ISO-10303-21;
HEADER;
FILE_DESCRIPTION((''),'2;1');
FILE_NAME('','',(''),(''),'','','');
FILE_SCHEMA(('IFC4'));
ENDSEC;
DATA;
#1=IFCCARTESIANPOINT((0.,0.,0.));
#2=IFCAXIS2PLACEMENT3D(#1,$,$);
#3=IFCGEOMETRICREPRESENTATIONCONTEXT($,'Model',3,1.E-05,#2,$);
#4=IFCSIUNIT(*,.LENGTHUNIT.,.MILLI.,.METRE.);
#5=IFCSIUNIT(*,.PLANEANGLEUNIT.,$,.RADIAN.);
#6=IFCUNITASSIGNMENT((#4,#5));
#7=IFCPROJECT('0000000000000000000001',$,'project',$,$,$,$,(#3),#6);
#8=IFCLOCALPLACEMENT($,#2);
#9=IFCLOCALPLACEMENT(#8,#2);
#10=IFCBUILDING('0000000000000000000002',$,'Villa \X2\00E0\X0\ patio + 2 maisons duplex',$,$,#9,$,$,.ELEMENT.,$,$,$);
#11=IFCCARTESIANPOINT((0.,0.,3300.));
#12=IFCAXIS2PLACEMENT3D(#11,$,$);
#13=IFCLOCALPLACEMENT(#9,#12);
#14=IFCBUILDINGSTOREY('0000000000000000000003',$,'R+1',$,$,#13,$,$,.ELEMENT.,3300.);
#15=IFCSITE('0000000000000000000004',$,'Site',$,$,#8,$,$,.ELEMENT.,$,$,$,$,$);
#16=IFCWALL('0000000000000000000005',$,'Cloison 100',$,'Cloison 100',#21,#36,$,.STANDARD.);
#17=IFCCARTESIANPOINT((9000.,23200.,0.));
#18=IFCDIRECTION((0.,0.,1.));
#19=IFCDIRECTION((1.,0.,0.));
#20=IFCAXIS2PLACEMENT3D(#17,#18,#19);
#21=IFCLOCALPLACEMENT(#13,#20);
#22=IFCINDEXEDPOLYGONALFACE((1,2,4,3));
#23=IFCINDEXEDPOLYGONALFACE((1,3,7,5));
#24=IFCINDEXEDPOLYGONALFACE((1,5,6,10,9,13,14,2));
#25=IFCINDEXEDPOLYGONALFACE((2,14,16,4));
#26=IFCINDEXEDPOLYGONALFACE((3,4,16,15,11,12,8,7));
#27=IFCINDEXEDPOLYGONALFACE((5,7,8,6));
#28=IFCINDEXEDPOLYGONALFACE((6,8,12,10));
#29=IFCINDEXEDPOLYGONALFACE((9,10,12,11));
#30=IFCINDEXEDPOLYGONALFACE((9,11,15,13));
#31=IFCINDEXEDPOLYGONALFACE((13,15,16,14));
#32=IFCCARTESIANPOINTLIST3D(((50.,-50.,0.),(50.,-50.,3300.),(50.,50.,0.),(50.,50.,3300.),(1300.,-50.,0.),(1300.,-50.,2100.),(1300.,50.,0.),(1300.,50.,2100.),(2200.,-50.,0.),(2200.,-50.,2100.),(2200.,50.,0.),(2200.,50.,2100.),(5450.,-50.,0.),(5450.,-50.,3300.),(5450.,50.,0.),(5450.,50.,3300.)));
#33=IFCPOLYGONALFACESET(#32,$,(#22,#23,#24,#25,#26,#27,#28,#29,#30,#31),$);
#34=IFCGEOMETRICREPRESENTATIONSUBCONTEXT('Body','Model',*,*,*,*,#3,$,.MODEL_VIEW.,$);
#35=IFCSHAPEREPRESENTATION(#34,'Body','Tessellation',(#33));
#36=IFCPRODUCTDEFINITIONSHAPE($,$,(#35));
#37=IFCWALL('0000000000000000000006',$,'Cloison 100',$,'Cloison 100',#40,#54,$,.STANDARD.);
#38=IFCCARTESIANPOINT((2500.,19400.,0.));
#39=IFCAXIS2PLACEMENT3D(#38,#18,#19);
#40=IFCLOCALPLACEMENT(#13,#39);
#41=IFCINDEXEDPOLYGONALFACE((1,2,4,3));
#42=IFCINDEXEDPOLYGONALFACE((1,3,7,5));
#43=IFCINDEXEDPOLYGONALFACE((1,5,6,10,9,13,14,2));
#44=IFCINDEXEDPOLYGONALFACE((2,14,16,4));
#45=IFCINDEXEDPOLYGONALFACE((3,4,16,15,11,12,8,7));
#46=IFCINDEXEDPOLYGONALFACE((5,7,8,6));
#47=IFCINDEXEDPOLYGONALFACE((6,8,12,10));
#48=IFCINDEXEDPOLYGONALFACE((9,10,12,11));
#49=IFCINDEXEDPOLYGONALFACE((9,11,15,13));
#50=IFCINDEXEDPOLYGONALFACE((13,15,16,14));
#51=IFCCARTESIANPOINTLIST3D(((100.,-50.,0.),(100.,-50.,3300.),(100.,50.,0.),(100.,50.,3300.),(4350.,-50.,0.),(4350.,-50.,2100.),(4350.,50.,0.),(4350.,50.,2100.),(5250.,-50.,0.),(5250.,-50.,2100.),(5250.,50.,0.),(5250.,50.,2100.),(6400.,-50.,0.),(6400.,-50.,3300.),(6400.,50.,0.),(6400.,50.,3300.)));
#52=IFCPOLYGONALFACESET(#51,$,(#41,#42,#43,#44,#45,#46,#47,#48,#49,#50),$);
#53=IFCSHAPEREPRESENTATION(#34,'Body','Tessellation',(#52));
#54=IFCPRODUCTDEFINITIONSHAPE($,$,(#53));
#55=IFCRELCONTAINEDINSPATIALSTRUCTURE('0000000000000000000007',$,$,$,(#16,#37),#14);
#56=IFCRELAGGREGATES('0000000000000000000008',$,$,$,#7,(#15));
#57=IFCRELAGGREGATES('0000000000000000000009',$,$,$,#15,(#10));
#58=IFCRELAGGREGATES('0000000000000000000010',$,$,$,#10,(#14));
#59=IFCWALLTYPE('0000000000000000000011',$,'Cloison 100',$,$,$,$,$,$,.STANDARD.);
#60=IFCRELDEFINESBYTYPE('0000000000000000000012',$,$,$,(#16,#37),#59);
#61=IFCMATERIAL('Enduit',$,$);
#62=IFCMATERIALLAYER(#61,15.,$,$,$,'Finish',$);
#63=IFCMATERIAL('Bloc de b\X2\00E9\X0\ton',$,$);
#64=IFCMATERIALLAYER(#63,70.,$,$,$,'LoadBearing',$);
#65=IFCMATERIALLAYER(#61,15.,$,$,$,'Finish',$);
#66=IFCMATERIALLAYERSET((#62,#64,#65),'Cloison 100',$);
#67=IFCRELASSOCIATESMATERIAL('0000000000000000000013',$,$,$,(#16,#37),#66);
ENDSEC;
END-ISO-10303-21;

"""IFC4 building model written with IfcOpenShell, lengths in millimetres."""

from ifc_helpers import new_model, si_unit, frame, frame_2d, origin, place, context, subcontext, project, spatial, polyline, rectangle, outline, extrude, material, layer, layer_set, layer_usage, type_object, element, save


model = new_model("IFC4")

# Units and contexts
model_context = context("Model", 3, precision=1e-05, world=origin())
body_context = subcontext(model_context, "Body", "Model", "MODEL_VIEW")
ifc_project = project(units=[si_unit("LENGTHUNIT", "METRE", prefix="MILLI"), si_unit("PLANEANGLEUNIT", "RADIAN")], contexts=[model_context])

# Site, building, storey
site_placement = place(None, origin())
site = spatial("IfcSite", under=ifc_project, at=site_placement, Name="Site", CompositionType="ELEMENT")
building_placement = place(site_placement, origin())
building = spatial("IfcBuilding", under=site, at=building_placement, Name="Villa à patio + 2 maisons duplex", CompositionType="ELEMENT")
storey_placement = place(building_placement, frame((0.0, 0.0, 3300.0)))
storey = spatial("IfcBuildingStorey", under=building, at=storey_placement, Name="R+1", CompositionType="ELEMENT", Elevation=3300.0)

# Shared definitions
ifc_material_1 = material(Name="Enduit")
ifc_layer_1 = layer(ifc_material_1, 15.0, Category="Finish")
ifc_material_2 = material(Name="Bloc de béton")
ifc_layer_2 = layer(ifc_material_2, 70.0, Category="LoadBearing")
ifc_layer_3 = layer(ifc_material_1, 15.0, Category="Finish")
ifc_layer_set_1 = layer_set([ifc_layer_1, ifc_layer_2, ifc_layer_3], Name="Cloison 100")
ifc_layer_usage_1 = layer_usage(ifc_layer_set_1, "AXIS2", "NEGATIVE", 50.0)
wall_type_1 = type_object("IfcWallType", Name="Cloison 100", PredefinedType="STANDARD")

# Walls, openings
wall_1_placement = place(storey_placement, frame((9000.0, 23200.0, 0.0), z_axis=(0.0, 0.0, 1.0), x_axis=(1.0, 0.0, 0.0)))
wall_1 = element("IfcWall", 1, at=wall_1_placement, inside=storey, type_object=wall_type_1, material=ifc_layer_usage_1, Name="Cloison 100", ObjectType="Cloison 100", PredefinedType="STANDARD", context=body_context, shape_type="SweptSolid", body=[
    extrude(outline(polyline([(50.0, -50.0), (50.0, 50.0), (5450.0, 50.0), (5450.0, -50.0), (50.0, -50.0)])), origin(), (0.0, 0.0, 1.0), 3300.0),
])
opening_1_placement = place(wall_1_placement, frame((1300.0, 0.0, 0.0), z_axis=(0.0, 0.0, 1.0), x_axis=(1.0, 0.0, 0.0)))
element("IfcOpeningElement", 2, at=opening_1_placement, cuts=wall_1, PredefinedType="OPENING", context=body_context, shape_type="SweptSolid", body=[
    extrude(rectangle(XDim=900.0, YDim=120.0, at=frame_2d((450.0, 0.0))), origin(), (0.0, 0.0, 1.0), 2100.0),
])
wall_2_placement = place(storey_placement, frame((2500.0, 19400.0, 0.0), z_axis=(0.0, 0.0, 1.0), x_axis=(1.0, 0.0, 0.0)))
wall_2 = element("IfcWall", 3, at=wall_2_placement, inside=storey, type_object=wall_type_1, material=ifc_layer_usage_1, Name="Cloison 100", ObjectType="Cloison 100", PredefinedType="STANDARD", context=body_context, shape_type="SweptSolid", body=[
    extrude(outline(polyline([(100.0, -50.0), (100.0, 50.0), (6400.0, 50.0), (6400.0, -50.0), (100.0, -50.0)])), origin(), (0.0, 0.0, 1.0), 3300.0),
])
opening_2_placement = place(wall_2_placement, frame((4350.0, 0.0, 0.0), z_axis=(0.0, 0.0, 1.0), x_axis=(1.0, 0.0, 0.0)))
element("IfcOpeningElement", 4, at=opening_2_placement, cuts=wall_2, PredefinedType="OPENING", context=body_context, shape_type="SweptSolid", body=[
    extrude(rectangle(XDim=900.0, YDim=120.0, at=frame_2d((450.0, 0.0))), origin(), (0.0, 0.0, 1.0), 2100.0),
])

save(model, "model.ifc")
_ _ _
Work instruction
Repeat exactly the lines that run from the opening of the listing through the line holding "#4=IFCSIUNIT(*,.LENGTHUNIT.,.MILLI.,.METRE.);". Leave out everything else.

Solution to this exercise
ISO-10303-21;
HEADER;
FILE_DESCRIPTION((''),'2;1');
FILE_NAME('','',(''),(''),'','','');
FILE_SCHEMA(('IFC4'));
ENDSEC;
DATA;
#1=IFCCARTESIANPOINT((0.,0.,0.));
#2=IFCAXIS2PLACEMENT3D(#1,$,$);
#3=IFCGEOMETRICREPRESENTATIONCONTEXT($,'Model',3,1.E-05,#2,$);
#4=IFCSIUNIT(*,.LENGTHUNIT.,.MILLI.,.METRE.);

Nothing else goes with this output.